It has been a curious quarter for Wonderla Holidays, India’s amusement park pioneer. The company’s Q1 FY26 numbers read like a tale of two halves.
Footfalls slipped 8% year-on-year to 9.17 lakh visitors, as an unusually early monsoon and cautious consumer sentiment weighed on crowds. Yet the guests who did show up spent more than ever before.
Average revenue per user rose 6% to Rs 1,775, with non-ticket spends on food, retail, and resorts climbing 11% to Rs 93 per head. Revenue from operations dipped 3% to Rs 169 crore, and net profit moderated to Rs 52.6 crore, still delivering a healthy 29% margin.
The story goes beyond one quarter’s numbers.
Wonderla seems to be in the middle of a strategic transition from being known just as a rides-and-slides operator to positioning itself as a broader leisure brand.
Its new luxury resort, The Isle in Bengaluru, is already clocking around 70% occupancy at double the room rates of its older hotel. Meanwhile, a Rs 600 crore bet on the upcoming Chennai park is set to expand its footprint to five cities by late 2025.
These suggest that management is playing for long-term growth, even as near-term numbers reflect the push-and-pull of weather, marketing spends, and the maturity of older parks.
At its core, Wonderla runs a business that is simple to describe but complex to execute: attract people to its parks, get them to spend on tickets, food, and merchandise, and keep them coming back.

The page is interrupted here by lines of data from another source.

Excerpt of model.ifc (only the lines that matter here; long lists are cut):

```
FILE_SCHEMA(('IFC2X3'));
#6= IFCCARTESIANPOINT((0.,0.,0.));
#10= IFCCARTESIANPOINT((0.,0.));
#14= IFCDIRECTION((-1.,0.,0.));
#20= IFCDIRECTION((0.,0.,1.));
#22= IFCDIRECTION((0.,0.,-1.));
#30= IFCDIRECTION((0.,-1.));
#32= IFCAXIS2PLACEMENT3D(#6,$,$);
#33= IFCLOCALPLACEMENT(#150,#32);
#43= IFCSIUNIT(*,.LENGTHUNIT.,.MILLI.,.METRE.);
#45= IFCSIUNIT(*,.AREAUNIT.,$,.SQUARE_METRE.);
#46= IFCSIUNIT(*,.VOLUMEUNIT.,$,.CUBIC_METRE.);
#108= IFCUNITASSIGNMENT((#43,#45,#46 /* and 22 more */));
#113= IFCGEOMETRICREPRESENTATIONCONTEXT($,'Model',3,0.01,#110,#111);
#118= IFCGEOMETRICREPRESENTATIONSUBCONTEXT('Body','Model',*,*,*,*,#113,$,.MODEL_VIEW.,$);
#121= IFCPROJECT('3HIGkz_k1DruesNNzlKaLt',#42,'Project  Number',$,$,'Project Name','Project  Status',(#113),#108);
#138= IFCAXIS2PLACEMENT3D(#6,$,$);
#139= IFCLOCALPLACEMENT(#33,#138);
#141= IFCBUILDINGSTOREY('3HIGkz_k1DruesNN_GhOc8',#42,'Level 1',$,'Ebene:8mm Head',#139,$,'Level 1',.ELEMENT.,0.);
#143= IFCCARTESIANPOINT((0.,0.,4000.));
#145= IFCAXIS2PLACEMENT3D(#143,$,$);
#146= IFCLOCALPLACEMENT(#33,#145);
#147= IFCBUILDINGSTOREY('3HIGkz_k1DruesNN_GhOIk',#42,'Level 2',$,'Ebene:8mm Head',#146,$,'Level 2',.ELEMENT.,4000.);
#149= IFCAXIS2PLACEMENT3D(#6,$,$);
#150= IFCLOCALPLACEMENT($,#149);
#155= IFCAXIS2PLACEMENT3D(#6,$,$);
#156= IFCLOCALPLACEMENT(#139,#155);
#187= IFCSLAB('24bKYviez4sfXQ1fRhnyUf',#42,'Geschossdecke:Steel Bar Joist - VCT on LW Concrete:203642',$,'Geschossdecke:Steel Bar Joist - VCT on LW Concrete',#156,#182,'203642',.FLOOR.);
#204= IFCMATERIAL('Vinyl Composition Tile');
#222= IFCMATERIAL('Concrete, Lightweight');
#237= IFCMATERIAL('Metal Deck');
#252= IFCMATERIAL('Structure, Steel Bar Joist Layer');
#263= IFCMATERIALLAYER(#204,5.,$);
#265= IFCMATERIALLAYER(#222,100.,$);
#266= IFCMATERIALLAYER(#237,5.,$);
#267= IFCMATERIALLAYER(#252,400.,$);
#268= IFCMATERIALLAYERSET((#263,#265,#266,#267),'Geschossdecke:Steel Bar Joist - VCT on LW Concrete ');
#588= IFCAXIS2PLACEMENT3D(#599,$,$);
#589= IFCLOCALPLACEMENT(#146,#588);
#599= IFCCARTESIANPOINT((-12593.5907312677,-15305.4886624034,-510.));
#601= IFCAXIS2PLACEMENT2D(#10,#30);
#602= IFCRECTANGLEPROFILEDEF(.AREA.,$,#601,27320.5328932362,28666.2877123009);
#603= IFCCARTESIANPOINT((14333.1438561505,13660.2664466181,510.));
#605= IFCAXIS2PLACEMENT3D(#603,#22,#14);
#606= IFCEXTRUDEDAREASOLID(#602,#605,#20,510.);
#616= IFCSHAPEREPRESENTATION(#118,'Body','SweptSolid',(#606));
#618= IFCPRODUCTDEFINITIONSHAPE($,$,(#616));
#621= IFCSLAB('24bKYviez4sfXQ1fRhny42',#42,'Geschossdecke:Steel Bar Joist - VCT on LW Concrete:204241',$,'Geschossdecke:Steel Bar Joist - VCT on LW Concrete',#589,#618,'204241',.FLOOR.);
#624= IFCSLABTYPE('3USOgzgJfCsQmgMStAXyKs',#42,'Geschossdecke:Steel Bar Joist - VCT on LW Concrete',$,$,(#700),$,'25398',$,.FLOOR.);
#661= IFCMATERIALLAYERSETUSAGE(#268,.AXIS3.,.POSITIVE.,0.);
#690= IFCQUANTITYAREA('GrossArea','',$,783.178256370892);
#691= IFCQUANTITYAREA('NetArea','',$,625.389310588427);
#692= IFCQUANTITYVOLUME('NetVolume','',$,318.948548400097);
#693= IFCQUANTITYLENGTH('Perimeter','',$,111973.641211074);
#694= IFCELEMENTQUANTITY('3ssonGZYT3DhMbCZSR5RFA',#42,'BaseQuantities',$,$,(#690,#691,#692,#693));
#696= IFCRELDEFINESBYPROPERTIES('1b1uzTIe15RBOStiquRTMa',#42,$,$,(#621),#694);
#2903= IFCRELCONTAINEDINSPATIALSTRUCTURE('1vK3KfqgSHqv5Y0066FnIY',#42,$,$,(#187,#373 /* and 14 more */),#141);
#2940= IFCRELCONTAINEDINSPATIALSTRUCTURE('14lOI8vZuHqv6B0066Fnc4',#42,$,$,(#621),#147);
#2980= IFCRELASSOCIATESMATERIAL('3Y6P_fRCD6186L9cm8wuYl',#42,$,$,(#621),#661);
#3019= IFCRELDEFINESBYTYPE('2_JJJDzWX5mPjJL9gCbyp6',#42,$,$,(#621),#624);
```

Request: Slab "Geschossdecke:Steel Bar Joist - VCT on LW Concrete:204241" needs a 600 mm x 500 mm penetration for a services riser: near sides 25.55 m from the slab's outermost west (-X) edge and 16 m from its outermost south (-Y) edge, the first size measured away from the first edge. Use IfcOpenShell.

```python
import numpy as np
import ifcopenshell
import ifcopenshell.api.feature
import ifcopenshell.api.geometry
import ifcopenshell.api.pset
import ifcopenshell.api.root
import ifcopenshell.geom
import ifcopenshell.util.element
import ifcopenshell.util.placement
import ifcopenshell.util.representation
import ifcopenshell.util.shape
import ifcopenshell.util.unit

model = ifcopenshell.open("model.ifc")
unit_scale = ifcopenshell.util.unit.calculate_unit_scale(model)
area_scale = ifcopenshell.util.unit.calculate_unit_scale(model, "AREAUNIT")
volume_scale = ifcopenshell.util.unit.calculate_unit_scale(model, "VOLUMEUNIT")
settings = ifcopenshell.geom.settings()


def volume(element):
    """Net volume in cubic metres, openings subtracted."""
    shape = ifcopenshell.geom.create_shape(settings, element)
    return ifcopenshell.util.shape.get_volume(shape.geometry)


slab = model.by_id(621)
before = volume(slab)

# Extent in the slab's own axes, in metres. The edges named are its -X and -Y sides.
slab_shape = ifcopenshell.geom.create_shape(settings, slab)
vertices = ifcopenshell.util.shape.get_vertices(slab_shape.geometry)
x_min, y_min, bottom = vertices.min(axis=0)
top = vertices[:, 2].max()

opening = ifcopenshell.api.root.create_entity(model, ifc_class="IfcOpeningElement", name="Services riser opening")
context = ifcopenshell.util.representation.get_context(model, "Model", "Body", "MODEL_VIEW")
width, depth = 0.6, 0.5
outline = [(0.0, 0.0), (width, 0.0), (width, depth), (0.0, depth), (0.0, 0.0)]
# Overshoot both faces by 50 mm so the cut is clean.
shape = ifcopenshell.api.geometry.add_slab_representation(
    model, context=context, depth=top - bottom + 0.1, polyline=outline
)
ifcopenshell.api.geometry.assign_representation(model, product=opening, representation=shape)

matrix = ifcopenshell.util.placement.get_local_placement(slab.ObjectPlacement)
matrix[:, 3] = matrix @ np.append(np.array([x_min + 25.55, y_min + 16, bottom - 0.05]) / unit_scale, 1.0)
ifcopenshell.api.geometry.edit_object_placement(model, product=opening, matrix=matrix, is_si=False)
ifcopenshell.api.feature.add_feature(model, feature=opening, element=slab)

after = volume(slab)

# Update the slab's stored quantities.
qto = model.by_id(ifcopenshell.util.element.get_pset(slab, "BaseQuantities", should_inherit=False)["id"])
ifcopenshell.api.pset.edit_qto(model, qto=qto, properties={
    "NetArea": after / (top - bottom) / area_scale,
    "NetVolume": after / volume_scale,
})

print(f"slab volume {before:.3f} -> {after:.3f} m3")

model.write("model_updated.ifc")
```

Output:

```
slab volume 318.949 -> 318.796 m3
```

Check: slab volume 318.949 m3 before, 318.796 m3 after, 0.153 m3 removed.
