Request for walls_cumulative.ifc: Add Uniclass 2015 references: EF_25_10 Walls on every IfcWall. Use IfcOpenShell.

First a look at what the model holds.

```python
import ifcopenshell

model = ifcopenshell.open("walls_cumulative.ifc")
print(model.schema)
print("classifications:", [c.Name for c in model.by_type("IfcClassification")])
for ifc_class in ("IfcDoor", "IfcRoof", "IfcStair", "IfcWall", "IfcWindow"):
    print(ifc_class, len(model.by_type(ifc_class)))
```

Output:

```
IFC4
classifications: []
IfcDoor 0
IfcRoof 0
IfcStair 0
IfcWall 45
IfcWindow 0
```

```python
import ifcopenshell
import ifcopenshell.api.classification

model = ifcopenshell.open("walls_cumulative.ifc")

system = ifcopenshell.api.classification.add_classification(model, classification="Uniclass 2015")

codes = {
    "IfcWall": ("EF_25_10", "Walls"),
}
for ifc_class, (code, name) in codes.items():
    products = model.by_type(ifc_class)
    ifcopenshell.api.classification.add_reference(
        model, products=products, classification=system, identification=code, name=name
    )
    print(code, len(products))

model.write("walls_cumulative_updated.ifc")
```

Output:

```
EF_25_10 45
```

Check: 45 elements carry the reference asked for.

In Q1 FY26, that equation showed both its strengths and its vulnerabilities.
The biggest vulnerability is seasonality. With operations concentrated in southern India, the weather can make or break a quarter. This year’s early monsoon cut into the critical summer holiday season, when families usually flock to parks.
Management admitted that adverse weather can slash footfalls by as much as 30-40% on a given day. The result was clear: established parks like Bengaluru, Kochi, and Hyderabad all reported lower visitors than last year, even though April had begun with double-digit growth.
But instead of chasing sheer volume, the company has focused on average revenue per user as a buffer. Ticket prices saw a 4% increase to Rs 1,281, while non-ticket spends grew 11% to Rs 493. Together, this lifted ARPU to Rs 1,775. In plain terms, even as 80,000 fewer people came compared to Q1 FY25, those who did show up spent more, enough to hold revenue nearly flat at Rs 169 crore.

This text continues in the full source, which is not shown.